La relatividad de “las minorías”

El concepto “minorías” se acuñó mucho antes de que la Asamblea General de las Naciones Unidas del 18 de diciembre de 1992 lo institucionalizara, básicamente por lo que ocurría en Estados Unidos de América y algunas naciones de Europa, como España, donde los niveles de discriminación alcanzaron características espeluznantes y en ocasiones violencia extrema o guerra.

Ahora, las minorías son numerosas, no solamente culturales, étnicas o religiosas, sino que abarcan un arcoíris (así, como su emblema) de grupos que incluyen discapacitados, pacientes de enfermedades especiales, como el SIDA, los homosexuales, travestis, transexuales, etcétera, debiendo señalarse que algunas minorías tienen una representación descomunal, pues no es lo mismo un “sanky panky” homosexual de un barrio criollo, que un homosexual representante diplomático del país más poderoso del mundo.

Algunos han planteado que la democracia es “la dictadura de las mayorías”, porque un partido mayoritario impone un gobierno que, compuesto y manejado por dirigentes que son “una mínima minoría” hace lo que le da la gana en perjuicio de todo el pueblo con la adhesión de algunos partidos minoritarios frecuentemente catalogados como oportunistas.

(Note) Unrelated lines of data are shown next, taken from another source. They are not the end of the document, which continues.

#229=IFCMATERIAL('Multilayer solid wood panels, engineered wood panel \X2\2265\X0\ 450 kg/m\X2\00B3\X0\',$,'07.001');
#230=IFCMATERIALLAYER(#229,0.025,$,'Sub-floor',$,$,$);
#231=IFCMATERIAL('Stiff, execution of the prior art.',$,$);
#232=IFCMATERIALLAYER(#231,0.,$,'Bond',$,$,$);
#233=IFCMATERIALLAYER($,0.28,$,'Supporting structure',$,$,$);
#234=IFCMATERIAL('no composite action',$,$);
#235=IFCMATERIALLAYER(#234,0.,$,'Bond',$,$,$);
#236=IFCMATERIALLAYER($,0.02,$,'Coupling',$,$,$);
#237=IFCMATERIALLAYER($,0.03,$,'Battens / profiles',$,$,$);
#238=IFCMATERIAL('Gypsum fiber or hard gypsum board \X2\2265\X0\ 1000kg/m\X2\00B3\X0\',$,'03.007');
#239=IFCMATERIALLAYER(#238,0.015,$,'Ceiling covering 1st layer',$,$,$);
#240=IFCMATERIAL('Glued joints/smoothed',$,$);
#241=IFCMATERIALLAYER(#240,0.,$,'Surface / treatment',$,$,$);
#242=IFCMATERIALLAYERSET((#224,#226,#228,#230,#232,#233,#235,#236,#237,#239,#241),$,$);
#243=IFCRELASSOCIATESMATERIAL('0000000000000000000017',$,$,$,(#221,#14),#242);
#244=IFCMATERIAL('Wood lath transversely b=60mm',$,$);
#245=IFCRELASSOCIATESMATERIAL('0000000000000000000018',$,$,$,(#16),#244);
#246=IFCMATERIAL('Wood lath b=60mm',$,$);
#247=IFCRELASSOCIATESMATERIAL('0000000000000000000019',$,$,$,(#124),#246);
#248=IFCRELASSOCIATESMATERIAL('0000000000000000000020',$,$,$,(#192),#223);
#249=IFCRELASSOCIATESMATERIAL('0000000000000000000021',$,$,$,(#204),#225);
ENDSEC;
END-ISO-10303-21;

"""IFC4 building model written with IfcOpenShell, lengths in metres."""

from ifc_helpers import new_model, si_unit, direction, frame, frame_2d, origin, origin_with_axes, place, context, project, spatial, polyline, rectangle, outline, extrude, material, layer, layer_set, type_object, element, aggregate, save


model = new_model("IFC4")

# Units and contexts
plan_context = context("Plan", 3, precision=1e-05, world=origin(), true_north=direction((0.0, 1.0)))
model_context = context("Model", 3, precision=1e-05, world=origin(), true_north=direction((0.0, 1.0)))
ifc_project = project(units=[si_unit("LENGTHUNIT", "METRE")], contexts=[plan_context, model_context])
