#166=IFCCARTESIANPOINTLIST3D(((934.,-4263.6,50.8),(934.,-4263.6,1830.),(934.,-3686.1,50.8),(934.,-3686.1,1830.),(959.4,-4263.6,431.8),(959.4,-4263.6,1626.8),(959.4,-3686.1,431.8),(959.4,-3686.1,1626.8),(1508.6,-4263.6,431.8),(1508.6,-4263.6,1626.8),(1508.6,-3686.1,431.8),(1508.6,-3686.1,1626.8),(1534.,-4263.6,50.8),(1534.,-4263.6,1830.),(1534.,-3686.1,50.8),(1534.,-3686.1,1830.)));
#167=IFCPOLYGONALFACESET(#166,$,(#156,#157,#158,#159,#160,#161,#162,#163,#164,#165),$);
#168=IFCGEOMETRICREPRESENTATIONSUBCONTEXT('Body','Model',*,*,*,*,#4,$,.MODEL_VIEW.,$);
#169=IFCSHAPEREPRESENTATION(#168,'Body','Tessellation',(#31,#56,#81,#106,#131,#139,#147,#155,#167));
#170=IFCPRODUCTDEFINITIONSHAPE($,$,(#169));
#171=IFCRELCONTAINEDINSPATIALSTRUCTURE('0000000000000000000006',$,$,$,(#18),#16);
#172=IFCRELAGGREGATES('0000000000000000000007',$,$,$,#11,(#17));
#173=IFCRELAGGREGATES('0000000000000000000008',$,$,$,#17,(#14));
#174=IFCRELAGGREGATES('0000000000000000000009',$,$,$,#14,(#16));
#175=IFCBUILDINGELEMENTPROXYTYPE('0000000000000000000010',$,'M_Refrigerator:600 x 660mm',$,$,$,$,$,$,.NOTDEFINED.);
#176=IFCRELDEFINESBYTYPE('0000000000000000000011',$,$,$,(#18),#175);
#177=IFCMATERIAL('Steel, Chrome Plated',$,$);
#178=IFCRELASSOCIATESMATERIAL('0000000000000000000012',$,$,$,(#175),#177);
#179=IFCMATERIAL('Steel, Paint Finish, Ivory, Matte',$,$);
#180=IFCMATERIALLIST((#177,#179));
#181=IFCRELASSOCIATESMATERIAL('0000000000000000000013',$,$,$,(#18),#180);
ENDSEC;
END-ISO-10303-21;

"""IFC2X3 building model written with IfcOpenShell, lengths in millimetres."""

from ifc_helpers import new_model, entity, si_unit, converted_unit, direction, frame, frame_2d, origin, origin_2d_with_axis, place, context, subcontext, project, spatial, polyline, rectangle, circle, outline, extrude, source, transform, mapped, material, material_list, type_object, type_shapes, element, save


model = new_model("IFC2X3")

Otra relatividad del concepto minoría es que, desde el punto de vista étnico, casi siempre se menosprecian los aspectos globales de la demografía, porque los chinos y los negros africanos son minoría en muchos puntos geográficos, pero ¿lo son realmente en el planeta? Igual ocurre con los haitianos en República Dominicana, que no son verdadera minoría en la isla.

Finalmente, parecería que muchas minorías pueden hacer una mayoría. Tal vez por eso está el presidente Obama en la Casa Blanca y en el 2016 pueda producirse una sorpresa en las elecciones dominicanas.